South African Patent 69-6971 discloses a batch method for pelletizing glass batch in which the dry glass batch making ingredients are fed to a rotating drum so as to establish a falling curtain of such ingredients within the drum. Liquid caustic is then sprayed onto the falling curtain to form agglomerates of dry batch which then tumble in the bottom of the rotating drum to form pellets. Although pelletizing in a rotating drum forms spherical pellets the same as pelletizing on a rotating pan, there are significant differences between the two pelletizing apparatus. The main difference is the classifying effect of the pan. Normally, it is required to achieve as narrow pellet size distribution as possible. According to an article entitled "Possibilities of Influencing Pelletizing Pan Operation and Their Effect on the Properties of the Pelletized Material" by W. Pietsch, appearing in Aufbereitungs-Technik, 1966, April, pages 177-191, in the rotating drum, pellets of all sizes are produced since there is no means in the drum to segregate the various size pellets. Thus, it is necessary to screen with the rotating drum. The undersized pellets are returned to the drum and the amount in circulation can be 100 to 400 percent of the finished product. With the pelletizing pan, on the other hand, a classifying effect occurs during the movement of the particles on the pan.

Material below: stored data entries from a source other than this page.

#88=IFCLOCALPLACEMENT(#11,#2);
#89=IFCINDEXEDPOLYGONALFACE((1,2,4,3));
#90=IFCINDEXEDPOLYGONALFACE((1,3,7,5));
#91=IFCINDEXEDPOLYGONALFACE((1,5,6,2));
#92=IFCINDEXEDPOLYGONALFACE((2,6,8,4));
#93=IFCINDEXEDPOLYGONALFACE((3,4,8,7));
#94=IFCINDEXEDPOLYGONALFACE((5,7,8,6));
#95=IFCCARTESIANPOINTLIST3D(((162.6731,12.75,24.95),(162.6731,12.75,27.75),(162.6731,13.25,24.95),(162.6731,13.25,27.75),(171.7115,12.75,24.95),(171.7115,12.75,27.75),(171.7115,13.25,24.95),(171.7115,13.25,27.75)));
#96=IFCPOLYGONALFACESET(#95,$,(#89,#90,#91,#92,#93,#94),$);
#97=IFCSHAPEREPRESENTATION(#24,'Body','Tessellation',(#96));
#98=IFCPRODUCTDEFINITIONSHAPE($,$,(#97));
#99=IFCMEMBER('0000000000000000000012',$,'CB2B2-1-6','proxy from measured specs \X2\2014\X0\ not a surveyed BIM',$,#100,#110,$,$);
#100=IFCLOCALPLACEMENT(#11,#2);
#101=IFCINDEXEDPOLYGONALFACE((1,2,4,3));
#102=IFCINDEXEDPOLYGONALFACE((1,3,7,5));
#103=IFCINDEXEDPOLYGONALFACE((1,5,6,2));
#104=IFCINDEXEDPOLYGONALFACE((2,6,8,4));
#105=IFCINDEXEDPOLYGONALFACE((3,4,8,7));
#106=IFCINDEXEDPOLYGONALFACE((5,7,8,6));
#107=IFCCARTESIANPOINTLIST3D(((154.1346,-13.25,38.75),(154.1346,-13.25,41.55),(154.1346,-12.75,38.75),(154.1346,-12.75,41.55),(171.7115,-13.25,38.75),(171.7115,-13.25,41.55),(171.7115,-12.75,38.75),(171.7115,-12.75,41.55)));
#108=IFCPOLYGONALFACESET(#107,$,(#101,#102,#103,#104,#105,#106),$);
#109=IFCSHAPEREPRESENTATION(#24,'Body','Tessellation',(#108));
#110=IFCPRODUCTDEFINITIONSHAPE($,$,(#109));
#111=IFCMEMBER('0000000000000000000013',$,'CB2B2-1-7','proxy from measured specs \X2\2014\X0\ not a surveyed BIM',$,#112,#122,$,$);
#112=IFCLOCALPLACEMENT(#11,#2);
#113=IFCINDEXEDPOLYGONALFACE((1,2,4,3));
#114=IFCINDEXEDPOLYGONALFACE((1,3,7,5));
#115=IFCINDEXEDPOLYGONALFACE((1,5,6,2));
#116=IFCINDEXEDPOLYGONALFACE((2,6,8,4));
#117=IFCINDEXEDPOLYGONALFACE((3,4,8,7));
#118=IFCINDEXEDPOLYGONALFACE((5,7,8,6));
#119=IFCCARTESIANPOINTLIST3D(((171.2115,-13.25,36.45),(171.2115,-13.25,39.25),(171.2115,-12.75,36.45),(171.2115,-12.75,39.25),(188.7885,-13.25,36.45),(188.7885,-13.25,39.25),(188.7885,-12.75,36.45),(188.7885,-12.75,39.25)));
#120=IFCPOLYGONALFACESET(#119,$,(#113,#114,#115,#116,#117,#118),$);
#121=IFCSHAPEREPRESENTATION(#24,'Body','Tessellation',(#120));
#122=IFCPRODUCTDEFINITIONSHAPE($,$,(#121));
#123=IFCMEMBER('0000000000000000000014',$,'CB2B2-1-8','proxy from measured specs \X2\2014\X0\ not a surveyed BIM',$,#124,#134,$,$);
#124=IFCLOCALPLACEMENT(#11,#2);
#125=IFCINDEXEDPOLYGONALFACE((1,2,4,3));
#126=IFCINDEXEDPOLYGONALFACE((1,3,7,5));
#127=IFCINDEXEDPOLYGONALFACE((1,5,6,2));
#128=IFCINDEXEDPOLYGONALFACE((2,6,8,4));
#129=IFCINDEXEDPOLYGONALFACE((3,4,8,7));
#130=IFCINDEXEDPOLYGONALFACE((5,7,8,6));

The nuclei (small pellets of agglomerating batch material) move in the vicinity of the pan (face), whereas the finished pellets move on top of the charge and are discharged over the edge of the pan. The size of the discharged pellets is quite uniform, being .+-.25 percent of a nominal size, so that there is no need to carry out classification. Furthermore, the pelletizing process on the open pan can easily be supervised and the size of the finished pellets can be influenced by feed rates, variations in rotational speed, inclination and height of the rim of the pan.

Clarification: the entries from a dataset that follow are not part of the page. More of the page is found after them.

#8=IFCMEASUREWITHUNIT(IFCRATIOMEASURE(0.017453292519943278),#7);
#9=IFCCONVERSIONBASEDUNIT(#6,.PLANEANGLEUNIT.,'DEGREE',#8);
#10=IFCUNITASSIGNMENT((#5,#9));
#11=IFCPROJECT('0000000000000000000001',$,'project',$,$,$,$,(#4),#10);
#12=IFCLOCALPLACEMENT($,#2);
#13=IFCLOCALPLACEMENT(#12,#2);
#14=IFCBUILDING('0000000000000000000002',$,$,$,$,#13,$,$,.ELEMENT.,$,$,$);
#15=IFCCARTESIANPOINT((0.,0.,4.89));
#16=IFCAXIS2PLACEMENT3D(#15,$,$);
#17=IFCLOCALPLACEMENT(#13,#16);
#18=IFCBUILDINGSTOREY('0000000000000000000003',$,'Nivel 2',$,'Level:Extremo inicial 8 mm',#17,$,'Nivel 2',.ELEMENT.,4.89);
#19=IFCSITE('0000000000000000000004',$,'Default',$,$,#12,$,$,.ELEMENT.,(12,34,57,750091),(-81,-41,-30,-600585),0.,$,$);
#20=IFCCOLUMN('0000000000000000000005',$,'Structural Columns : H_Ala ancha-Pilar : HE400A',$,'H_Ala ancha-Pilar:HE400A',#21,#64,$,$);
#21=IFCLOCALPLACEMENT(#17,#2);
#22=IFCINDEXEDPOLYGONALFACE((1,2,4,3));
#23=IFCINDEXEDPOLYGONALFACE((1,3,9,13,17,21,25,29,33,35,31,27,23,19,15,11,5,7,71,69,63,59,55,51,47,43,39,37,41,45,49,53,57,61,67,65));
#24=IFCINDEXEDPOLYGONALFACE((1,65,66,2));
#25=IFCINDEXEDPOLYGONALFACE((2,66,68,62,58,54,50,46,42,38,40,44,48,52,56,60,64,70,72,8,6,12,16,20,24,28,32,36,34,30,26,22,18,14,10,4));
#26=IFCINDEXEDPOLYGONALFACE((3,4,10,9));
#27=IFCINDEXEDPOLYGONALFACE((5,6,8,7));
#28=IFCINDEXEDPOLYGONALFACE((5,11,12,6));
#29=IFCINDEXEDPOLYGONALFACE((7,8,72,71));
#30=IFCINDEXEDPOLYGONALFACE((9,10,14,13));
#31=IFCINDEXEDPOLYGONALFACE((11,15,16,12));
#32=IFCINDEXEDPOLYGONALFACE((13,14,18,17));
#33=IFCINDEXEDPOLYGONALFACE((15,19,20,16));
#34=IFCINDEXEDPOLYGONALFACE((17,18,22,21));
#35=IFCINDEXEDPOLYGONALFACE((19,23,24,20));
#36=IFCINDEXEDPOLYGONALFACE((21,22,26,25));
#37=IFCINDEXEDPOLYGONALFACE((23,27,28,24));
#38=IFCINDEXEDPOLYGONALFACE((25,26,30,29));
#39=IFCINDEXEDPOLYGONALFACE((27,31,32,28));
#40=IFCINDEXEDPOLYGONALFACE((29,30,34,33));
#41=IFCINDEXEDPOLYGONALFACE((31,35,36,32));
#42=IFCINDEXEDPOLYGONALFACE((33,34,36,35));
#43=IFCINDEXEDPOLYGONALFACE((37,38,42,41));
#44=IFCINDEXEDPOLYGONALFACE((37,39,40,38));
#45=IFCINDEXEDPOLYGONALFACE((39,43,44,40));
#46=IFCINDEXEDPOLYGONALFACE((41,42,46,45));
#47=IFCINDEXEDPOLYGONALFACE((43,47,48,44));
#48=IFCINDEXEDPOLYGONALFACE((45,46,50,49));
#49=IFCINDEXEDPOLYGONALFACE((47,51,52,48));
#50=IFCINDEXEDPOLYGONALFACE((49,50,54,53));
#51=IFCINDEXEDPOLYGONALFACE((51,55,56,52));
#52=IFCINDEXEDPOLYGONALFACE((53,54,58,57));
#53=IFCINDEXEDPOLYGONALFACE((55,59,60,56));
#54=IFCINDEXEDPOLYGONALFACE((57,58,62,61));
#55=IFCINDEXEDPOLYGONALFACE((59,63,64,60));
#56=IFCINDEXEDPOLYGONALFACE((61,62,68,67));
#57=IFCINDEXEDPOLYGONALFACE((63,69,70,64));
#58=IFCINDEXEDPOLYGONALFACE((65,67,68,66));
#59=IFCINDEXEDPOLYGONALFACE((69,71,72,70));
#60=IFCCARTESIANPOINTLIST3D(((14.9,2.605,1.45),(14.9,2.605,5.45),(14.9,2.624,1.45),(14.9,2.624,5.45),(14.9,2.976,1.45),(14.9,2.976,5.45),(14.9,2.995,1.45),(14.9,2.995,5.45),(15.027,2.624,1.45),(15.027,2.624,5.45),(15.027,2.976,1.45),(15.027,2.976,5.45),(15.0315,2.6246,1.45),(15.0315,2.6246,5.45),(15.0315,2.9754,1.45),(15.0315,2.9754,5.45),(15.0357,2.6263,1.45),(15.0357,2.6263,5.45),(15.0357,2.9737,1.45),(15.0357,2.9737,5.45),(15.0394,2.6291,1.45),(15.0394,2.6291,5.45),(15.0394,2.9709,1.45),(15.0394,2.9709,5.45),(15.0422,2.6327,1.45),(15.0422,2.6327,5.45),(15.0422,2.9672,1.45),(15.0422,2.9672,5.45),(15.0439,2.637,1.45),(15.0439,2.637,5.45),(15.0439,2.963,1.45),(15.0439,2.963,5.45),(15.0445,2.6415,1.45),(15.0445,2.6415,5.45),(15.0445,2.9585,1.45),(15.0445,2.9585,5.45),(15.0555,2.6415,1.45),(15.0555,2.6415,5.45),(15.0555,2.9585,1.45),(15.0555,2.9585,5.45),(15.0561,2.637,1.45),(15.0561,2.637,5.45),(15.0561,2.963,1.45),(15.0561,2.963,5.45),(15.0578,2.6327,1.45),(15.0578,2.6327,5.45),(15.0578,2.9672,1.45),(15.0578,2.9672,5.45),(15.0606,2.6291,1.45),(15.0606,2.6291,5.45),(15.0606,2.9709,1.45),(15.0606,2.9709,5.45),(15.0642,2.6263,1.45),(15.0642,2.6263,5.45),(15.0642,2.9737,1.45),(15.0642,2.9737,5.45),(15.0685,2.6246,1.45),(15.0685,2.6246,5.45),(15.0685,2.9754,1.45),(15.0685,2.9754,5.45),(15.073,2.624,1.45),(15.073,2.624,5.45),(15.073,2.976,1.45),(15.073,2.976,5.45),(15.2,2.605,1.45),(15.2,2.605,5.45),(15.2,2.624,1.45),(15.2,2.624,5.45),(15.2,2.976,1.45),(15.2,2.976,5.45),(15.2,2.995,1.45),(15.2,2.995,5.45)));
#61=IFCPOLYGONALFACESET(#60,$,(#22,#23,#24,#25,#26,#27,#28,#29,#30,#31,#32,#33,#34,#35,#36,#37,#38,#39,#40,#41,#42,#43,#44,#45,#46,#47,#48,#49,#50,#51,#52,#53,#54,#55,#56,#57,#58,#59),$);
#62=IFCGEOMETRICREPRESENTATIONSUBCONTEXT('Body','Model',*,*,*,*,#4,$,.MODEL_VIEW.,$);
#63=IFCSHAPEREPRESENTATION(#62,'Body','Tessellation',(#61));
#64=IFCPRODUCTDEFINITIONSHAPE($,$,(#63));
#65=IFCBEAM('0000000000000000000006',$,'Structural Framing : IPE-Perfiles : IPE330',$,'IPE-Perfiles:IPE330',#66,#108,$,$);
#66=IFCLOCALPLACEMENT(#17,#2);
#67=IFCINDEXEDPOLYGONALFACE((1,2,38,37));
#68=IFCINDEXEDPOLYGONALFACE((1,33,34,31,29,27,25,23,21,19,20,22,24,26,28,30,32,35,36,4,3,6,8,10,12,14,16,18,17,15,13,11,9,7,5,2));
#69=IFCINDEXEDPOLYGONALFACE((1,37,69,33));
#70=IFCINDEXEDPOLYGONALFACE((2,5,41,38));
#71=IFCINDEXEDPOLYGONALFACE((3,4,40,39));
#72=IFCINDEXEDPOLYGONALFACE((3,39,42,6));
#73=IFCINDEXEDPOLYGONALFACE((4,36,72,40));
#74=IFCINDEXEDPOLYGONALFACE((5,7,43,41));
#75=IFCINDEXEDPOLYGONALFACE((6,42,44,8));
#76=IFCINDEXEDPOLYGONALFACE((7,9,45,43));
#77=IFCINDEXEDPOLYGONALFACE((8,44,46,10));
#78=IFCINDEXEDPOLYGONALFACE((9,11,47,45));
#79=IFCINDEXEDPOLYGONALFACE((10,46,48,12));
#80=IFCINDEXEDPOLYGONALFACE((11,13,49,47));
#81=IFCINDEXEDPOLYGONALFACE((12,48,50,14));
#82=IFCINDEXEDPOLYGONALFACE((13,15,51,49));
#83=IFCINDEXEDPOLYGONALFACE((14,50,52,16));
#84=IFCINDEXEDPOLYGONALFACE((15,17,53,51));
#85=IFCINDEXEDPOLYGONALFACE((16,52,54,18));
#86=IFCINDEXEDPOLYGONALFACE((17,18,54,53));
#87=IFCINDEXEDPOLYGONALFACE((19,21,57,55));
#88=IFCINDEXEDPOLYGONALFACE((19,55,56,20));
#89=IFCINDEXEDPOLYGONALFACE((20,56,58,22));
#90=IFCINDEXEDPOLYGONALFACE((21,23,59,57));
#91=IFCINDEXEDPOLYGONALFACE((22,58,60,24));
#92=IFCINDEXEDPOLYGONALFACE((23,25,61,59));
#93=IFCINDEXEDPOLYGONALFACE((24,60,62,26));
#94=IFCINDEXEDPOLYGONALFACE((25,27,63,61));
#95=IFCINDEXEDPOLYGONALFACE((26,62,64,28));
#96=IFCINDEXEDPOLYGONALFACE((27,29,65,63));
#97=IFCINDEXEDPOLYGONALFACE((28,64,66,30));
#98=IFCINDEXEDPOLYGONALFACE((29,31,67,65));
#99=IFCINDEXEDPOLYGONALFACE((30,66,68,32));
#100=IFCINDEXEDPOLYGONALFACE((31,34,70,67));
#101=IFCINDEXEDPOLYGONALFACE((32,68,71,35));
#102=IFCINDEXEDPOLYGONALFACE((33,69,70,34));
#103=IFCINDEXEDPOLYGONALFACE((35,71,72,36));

Besides the above disadvantages in the prior art on pelletizing glass batch material, the prior art has not sufficiently addressed itself to pelletizing glass batch material containing coarse sand.

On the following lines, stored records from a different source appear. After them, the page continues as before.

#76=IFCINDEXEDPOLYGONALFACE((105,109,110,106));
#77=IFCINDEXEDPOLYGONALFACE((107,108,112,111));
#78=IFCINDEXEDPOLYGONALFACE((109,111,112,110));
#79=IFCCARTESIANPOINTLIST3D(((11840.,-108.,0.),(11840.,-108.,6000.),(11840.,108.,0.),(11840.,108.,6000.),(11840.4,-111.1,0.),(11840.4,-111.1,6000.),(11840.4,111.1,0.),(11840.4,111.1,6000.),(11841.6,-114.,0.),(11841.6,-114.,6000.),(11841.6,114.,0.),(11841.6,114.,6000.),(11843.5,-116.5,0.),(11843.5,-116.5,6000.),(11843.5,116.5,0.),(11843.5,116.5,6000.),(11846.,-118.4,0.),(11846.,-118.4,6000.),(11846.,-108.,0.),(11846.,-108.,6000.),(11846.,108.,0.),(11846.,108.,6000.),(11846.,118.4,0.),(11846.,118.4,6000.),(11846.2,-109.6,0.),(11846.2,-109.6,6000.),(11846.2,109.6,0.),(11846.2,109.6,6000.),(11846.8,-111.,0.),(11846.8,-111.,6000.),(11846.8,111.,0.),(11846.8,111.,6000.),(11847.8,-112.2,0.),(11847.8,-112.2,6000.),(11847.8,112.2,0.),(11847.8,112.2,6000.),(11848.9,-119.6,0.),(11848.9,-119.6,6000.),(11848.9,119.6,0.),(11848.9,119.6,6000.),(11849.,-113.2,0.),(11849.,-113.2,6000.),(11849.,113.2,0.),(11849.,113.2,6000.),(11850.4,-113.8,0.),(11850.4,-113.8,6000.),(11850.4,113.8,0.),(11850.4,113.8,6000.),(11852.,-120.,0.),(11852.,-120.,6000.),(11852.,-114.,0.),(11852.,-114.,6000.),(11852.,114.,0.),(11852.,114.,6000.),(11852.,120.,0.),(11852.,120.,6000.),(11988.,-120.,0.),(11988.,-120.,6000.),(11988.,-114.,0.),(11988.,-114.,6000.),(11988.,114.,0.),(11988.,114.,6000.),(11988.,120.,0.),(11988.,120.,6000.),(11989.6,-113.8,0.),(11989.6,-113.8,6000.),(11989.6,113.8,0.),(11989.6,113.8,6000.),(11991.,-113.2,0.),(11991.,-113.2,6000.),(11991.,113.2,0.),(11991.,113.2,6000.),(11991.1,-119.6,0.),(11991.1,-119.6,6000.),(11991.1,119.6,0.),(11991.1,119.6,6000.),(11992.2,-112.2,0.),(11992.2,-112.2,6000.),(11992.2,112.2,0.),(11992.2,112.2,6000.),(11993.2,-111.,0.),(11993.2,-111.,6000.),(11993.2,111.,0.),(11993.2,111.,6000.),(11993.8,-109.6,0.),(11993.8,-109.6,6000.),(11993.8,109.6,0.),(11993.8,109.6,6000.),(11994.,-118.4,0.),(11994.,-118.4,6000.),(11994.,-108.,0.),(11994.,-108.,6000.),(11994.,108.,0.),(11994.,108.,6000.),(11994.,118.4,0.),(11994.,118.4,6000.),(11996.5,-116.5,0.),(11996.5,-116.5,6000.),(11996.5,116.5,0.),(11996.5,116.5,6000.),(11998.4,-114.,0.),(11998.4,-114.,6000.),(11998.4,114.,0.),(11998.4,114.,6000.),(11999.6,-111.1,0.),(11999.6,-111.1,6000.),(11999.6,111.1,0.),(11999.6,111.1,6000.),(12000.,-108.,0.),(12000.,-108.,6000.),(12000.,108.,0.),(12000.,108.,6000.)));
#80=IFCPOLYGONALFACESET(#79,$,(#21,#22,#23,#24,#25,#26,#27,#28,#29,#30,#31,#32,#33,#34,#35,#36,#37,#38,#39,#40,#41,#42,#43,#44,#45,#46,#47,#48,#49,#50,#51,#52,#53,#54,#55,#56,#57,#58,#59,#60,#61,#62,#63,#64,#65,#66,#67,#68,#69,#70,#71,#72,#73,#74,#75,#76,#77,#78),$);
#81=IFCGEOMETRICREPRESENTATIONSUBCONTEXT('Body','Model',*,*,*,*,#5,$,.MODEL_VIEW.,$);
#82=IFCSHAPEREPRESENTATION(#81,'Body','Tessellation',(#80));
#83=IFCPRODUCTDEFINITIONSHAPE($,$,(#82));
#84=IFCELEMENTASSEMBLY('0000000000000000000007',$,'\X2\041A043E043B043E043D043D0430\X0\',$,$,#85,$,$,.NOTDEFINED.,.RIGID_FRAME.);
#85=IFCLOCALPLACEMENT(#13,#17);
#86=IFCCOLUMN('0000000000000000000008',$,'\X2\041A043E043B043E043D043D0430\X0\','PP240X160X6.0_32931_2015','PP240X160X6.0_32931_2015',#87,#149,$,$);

It has been previously believed that since silica sand constitutes from 65 to 75 percent of the glass batch, it would be necessary to use a silica sand ground to a particle size much finer than that normally used in the glass industry. See the Mod et al and Yamamoto patents mentioned above. For example, silica sands used in both the flat and container glass industries east of the Mississippi River are ground so that 95 percent of the sand grains fall between 3 and 120 mesh screen sizes. However, prior pelletizing studies have indicated the need to use either silica flour, ground so that 100 percent of the material passes through 60, 140 or 200 mesh screens, or a fine whole grain sand product such as that mined from relatively unconsolidated deposits of fine grain in the southwest, particularly in Oklahoma. Therefore, a proposed pelletizing operation in eastern United States was faced with high freight costs to transport fine sand from Oklahoma or equally high production costs (additional grinding and classifying) to obtain a finely ground sand from current sources in the east. The ability to utilize the conventionally sized sand, very coarse by prior pelletizing standards, offers an obvious economic incentive. The present invention relates to both fine and coarse sand.